Congressman Stephen F. Lynch today introduced H.R. 2849, the Privacy Advocate General Act of 2013. Importantly, this legislation would establish an independent Office of the Privacy Advocate General responsible for representing our national interest in safeguarding personal privacy and constitutional protections by presenting adversarial arguments in the United States Foreign Intelligence Surveillance Court, otherwise known as the FISA Court. Through the introduction of an adversarial component to a FISA Court system that currently lacks this defining feature of the American legal system, H.R. 2849 would add greater accountability in the judicial review of electronic surveillance requests made by the Federal Government without compromising our paramount commitment to national security.
As underscored in “The Federal Court System in the United States,” an introductory manual on the American judicial system prepared by the Administrative Office of U.S. Courts for judges in other countries, our judicial process is an adversarial one that serves the purpose of allowing our judges the best opportunity to make a decision based on the full presentation of facts and arguments relating to both sides of an issue. In particular, “[a]ccording to the American legal tradition, inherited from the English common law, the clash of adversaries before the court is thought most likely to allow the judge or jury to determine the truth and resolve the dispute.” Moreover, the “essential role” of the American judge is “to structure and regulate the development of issues by the adversaries and to make sure that the law is followed and that fairness is achieved.”

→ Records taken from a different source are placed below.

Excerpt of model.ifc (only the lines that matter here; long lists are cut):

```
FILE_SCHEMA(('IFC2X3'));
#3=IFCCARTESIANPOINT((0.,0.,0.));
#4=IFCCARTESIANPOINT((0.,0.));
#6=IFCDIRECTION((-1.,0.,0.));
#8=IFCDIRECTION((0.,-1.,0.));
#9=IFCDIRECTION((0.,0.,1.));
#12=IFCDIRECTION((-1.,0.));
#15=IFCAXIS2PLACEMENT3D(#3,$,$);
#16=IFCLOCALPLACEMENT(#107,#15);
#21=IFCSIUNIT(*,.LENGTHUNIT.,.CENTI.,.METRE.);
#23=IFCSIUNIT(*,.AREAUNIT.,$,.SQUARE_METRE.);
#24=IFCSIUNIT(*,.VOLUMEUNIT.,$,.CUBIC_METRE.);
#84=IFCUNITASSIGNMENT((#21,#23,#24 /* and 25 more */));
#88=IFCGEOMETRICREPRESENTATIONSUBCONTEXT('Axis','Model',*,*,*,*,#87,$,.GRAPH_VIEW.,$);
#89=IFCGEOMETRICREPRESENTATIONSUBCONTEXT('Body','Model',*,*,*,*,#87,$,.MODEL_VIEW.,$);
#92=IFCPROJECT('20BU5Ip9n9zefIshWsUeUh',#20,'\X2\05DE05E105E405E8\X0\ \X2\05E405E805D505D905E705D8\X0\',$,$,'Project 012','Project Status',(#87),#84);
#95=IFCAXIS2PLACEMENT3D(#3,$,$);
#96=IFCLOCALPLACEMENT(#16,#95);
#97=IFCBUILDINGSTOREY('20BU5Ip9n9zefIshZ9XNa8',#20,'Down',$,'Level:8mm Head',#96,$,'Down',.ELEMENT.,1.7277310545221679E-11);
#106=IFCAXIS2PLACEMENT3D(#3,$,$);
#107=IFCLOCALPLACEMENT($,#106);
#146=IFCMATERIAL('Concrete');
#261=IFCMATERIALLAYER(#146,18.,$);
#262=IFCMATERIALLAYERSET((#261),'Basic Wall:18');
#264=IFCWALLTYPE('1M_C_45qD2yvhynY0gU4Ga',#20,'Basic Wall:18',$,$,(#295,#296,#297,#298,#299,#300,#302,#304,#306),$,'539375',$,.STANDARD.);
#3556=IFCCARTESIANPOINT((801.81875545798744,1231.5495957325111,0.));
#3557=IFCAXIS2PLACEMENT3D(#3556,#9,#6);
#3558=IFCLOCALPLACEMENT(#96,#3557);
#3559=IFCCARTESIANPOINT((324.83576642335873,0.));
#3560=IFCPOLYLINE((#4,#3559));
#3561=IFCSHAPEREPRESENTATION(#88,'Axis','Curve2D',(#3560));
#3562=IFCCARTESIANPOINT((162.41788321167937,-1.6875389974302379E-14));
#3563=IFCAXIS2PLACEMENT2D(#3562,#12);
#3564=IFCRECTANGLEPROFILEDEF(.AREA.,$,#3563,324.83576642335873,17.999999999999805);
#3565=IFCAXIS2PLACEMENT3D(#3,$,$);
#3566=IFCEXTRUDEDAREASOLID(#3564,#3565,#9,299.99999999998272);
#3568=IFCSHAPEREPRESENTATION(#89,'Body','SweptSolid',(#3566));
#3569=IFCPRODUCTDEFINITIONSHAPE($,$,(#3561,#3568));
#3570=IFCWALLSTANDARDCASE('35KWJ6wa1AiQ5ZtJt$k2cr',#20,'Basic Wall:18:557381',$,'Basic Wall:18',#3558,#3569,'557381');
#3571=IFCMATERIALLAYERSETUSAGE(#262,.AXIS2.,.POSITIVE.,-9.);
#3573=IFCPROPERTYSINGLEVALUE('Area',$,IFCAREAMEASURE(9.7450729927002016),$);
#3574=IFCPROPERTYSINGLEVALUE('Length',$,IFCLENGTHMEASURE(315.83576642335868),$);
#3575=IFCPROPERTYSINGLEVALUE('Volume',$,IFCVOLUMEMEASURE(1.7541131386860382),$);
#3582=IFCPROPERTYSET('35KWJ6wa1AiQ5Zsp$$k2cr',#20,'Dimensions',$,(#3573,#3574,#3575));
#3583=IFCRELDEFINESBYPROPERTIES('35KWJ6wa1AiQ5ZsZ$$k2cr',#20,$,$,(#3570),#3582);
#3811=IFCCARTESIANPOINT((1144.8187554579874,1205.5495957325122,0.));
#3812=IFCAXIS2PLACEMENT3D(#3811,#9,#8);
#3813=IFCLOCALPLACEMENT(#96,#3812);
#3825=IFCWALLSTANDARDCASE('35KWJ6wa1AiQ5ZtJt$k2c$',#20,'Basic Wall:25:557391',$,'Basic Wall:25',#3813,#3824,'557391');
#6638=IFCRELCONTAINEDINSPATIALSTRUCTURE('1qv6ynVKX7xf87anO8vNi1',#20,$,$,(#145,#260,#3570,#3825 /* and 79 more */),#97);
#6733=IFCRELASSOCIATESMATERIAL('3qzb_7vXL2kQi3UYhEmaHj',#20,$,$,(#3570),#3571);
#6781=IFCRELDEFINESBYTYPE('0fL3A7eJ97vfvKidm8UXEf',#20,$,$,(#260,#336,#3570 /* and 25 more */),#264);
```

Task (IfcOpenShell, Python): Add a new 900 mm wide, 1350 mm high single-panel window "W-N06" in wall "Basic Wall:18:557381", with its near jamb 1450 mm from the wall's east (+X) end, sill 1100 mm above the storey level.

```python
import numpy as np
import ifcopenshell
import ifcopenshell.api.feature
import ifcopenshell.api.geometry
import ifcopenshell.api.pset
import ifcopenshell.api.root
import ifcopenshell.api.spatial
import ifcopenshell.api.type
import ifcopenshell.geom
import ifcopenshell.util.element
import ifcopenshell.util.placement
import ifcopenshell.util.representation
import ifcopenshell.util.shape
import ifcopenshell.util.unit

model = ifcopenshell.open("model.ifc")
unit_scale = ifcopenshell.util.unit.calculate_unit_scale(model)
area_scale = ifcopenshell.util.unit.calculate_unit_scale(model, "AREAUNIT")
volume_scale = ifcopenshell.util.unit.calculate_unit_scale(model, "VOLUMEUNIT")
settings = ifcopenshell.geom.settings()


def volume(element):
    """Net volume in cubic metres, openings subtracted."""
    shape = ifcopenshell.geom.create_shape(settings, element)
    return ifcopenshell.util.shape.get_volume(shape.geometry)


wall = model.by_guid("35KWJ6wa1AiQ5ZtJt$k2cr")
storey = ifcopenshell.util.element.get_container(wall, ifc_class="IfcBuildingStorey")
context = ifcopenshell.util.representation.get_context(model, "Model", "Body", "MODEL_VIEW")
before = volume(wall)

width, height, from_end, sill = 0.9, 1.35, 1.45, 1.1  # metres

# The wall runs along its own X axis, and the end named is its -X end.
wall_shape = ifcopenshell.geom.create_shape(settings, wall)
x, y, z = ifcopenshell.util.shape.get_vertices(wall_shape.geometry).T
start = x.min() + from_end
face, thickness = float(y.min()), float(y.max() - y.min())
wall_matrix = ifcopenshell.util.placement.get_local_placement(wall.ObjectPlacement)
level = ifcopenshell.util.placement.get_local_placement(storey.ObjectPlacement)[2, 3]


def in_wall(x, y):
    """Placement at x, y metres in the wall's axes, at sill height."""
    matrix = wall_matrix.copy()
    matrix[:, 3] = wall_matrix @ np.array([x / unit_scale, y / unit_scale, 0.0, 1.0])
    matrix[2, 3] = level + sill / unit_scale
    return matrix


# Opening: a box that overshoots both wall faces by 50 mm.
opening = ifcopenshell.api.root.create_entity(model, ifc_class="IfcOpeningElement")
box = ifcopenshell.api.geometry.add_wall_representation(
    model, context=context, length=width, height=height, thickness=thickness + 0.1
)
ifcopenshell.api.geometry.assign_representation(model, product=opening, representation=box)
ifcopenshell.api.geometry.edit_object_placement(model, product=opening, matrix=in_wall(start, face - 0.05), is_si=False)
ifcopenshell.api.feature.add_feature(model, feature=opening, element=wall)

window = ifcopenshell.api.root.create_entity(model, ifc_class="IfcWindow", name="W-N06")
window.OverallWidth, window.OverallHeight = width / unit_scale, height / unit_scale
body = ifcopenshell.api.geometry.add_window_representation(
    model,
    context=context,
    overall_width=window.OverallWidth,
    overall_height=window.OverallHeight,
    partition_type="SINGLE_PANEL",
)
ifcopenshell.api.geometry.assign_representation(model, product=window, representation=body)
ifcopenshell.api.spatial.assign_container(model, products=[window], relating_structure=storey)
fills = ifcopenshell.api.feature.add_filling(model, opening=opening, element=window)
fills.OwnerHistory = window.OwnerHistory  # required in IFC2X3

# IFC2X3 keeps the operation on the window style.
style = ifcopenshell.api.root.create_entity(model, ifc_class="IfcWindowStyle", name="W-N06")
style.OperationType, style.ConstructionType = "SINGLE_PANEL", "NOTDEFINED"
style.ParameterTakesPrecedence = style.Sizeable = False
ifcopenshell.api.type.assign_type(model, related_objects=[window], relating_type=style)

# Centre the window in the wall's thickness.
ifcopenshell.api.geometry.edit_object_placement(model, product=window, matrix=in_wall(start, face), is_si=False)
window_shape = ifcopenshell.geom.create_shape(settings, window)
depth = ifcopenshell.util.shape.get_vertices(window_shape.geometry)[:, 1]
offset = face + thickness / 2 - (depth.min() + depth.max()) / 2
ifcopenshell.api.geometry.edit_object_placement(model, product=window, matrix=in_wall(start, offset), is_si=False)

after = volume(wall)

# Update the wall's stored quantities.
pset = model.by_id(ifcopenshell.util.element.get_pset(wall, "Dimensions", should_inherit=False)["id"])
ifcopenshell.api.pset.edit_pset(model, pset=pset, properties={
    "Area": model.create_entity("IfcAreaMeasure", after / thickness / area_scale),
    "Volume": model.create_entity("IfcVolumeMeasure", after / volume_scale),
})

print(f"wall volume {before:.3f} -> {after:.3f} m3")

model.write("model_rev.ifc")
```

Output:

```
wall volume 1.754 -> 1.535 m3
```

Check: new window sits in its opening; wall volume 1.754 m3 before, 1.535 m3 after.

Regrettably, this fundamental adversarial element of the American judicial system is not a feature of the FISA Court system. Instead, the federal court with primary jurisdiction over requests made by the Federal Government to conduct electronic surveillance under the Foreign Intelligence Surveillance Act of 1978 is not afforded the necessary opportunity to consider the adversarial presentation of arguments and as a result, only hears from one party, the Federal Government, during its deliberations. As recently noted by former federal district court judge James Robertson, who also served on the FISA Court from 2002 to 2005, the current FISA Court framework “needs an adversary” given that “anyone who has been a judge will tell you a judge needs to hear both sides of a case.”
In order to address the glaring absence of a legal adversary inside FISA Court proceedings, Congressman Lynch has introduced H.R. 2849, the Privacy Advocate General Act of 2013. “The establishment of an independent Privacy Advocate General to argue the merits of opposition in FISA Court will better ensure that critical judicial decisions that significantly impact American privacy and civil liberties are based on the effective presentation of both sides of an electronic surveillance issue,” said Congressman Stephen F. Lynch. “By making certain that the FISA Court hears adversarial legal and constitutional arguments relating to a particular surveillance application, H.R. 2849 would also further uphold our democratic tradition of due process of law.”
Specifically, H.R. 2849 would amend the Foreign Intelligence Surveillance Act of 1978 to establish an independent Office of the Privacy Advocate General. In the interests of ensuring independence from the executive branch, H.R. 2849 provides that the Privacy Advocate General would be selected by the judicial branch and in particular, jointly appointed for a term of 7 years by the Chief Justice of the United States and the most senior Associate Justice of the United States Supreme Court appointed by a President from a differing political party. In addition, H.R. 2849 mandates that the Privacy Advocate General will serve as the opposing counsel in FISA Court proceedings and present the merits of opposition, including legal and constitutional arguments relating to the government’s request for surveillance. H.R. 2849 specifies that in the event that the FISA Court denies a government surveillance application and the government expresses an intent to appeal that decision, the FISA Court may temporarily authorize the emergency employment of electronic surveillance if the Court determines the existence of exceptional circumstances and compelling evidence indicating that such electronic surveillance is necessary. Lastly, H.R. 2849 also clarifies that the Privacy Advocate General may make a motion for the FISA Court to publish an order, decision, or opinion.
University of Chicago Law School Professor Geoffrey R. Stone, who has authored several renowned books on constitutional law and written extensively on the subject of FISA Court reform, said of the Privacy Advocate General Act of 2013: "The FISA court was created in 1978 to ensure judicial oversight of national security surveillance. After thirty-five years of experience, it is clear that an important way to improve the operation of the FISA court is to introduce into the process an element of the traditional American adversarial system. By enabling official privacy advocates to present to the court reasons why it should be cautious about acceding too quickly to government demands for additional surveillance authority, this modest but essential proposal will help the court -- and the nation -- strike a more thoughtful balance between the sometimes competing interests of privacy and security." Professor Stone is the Edward H. Levi Distinguished Service Professor of Law at the University of Chicago Law School.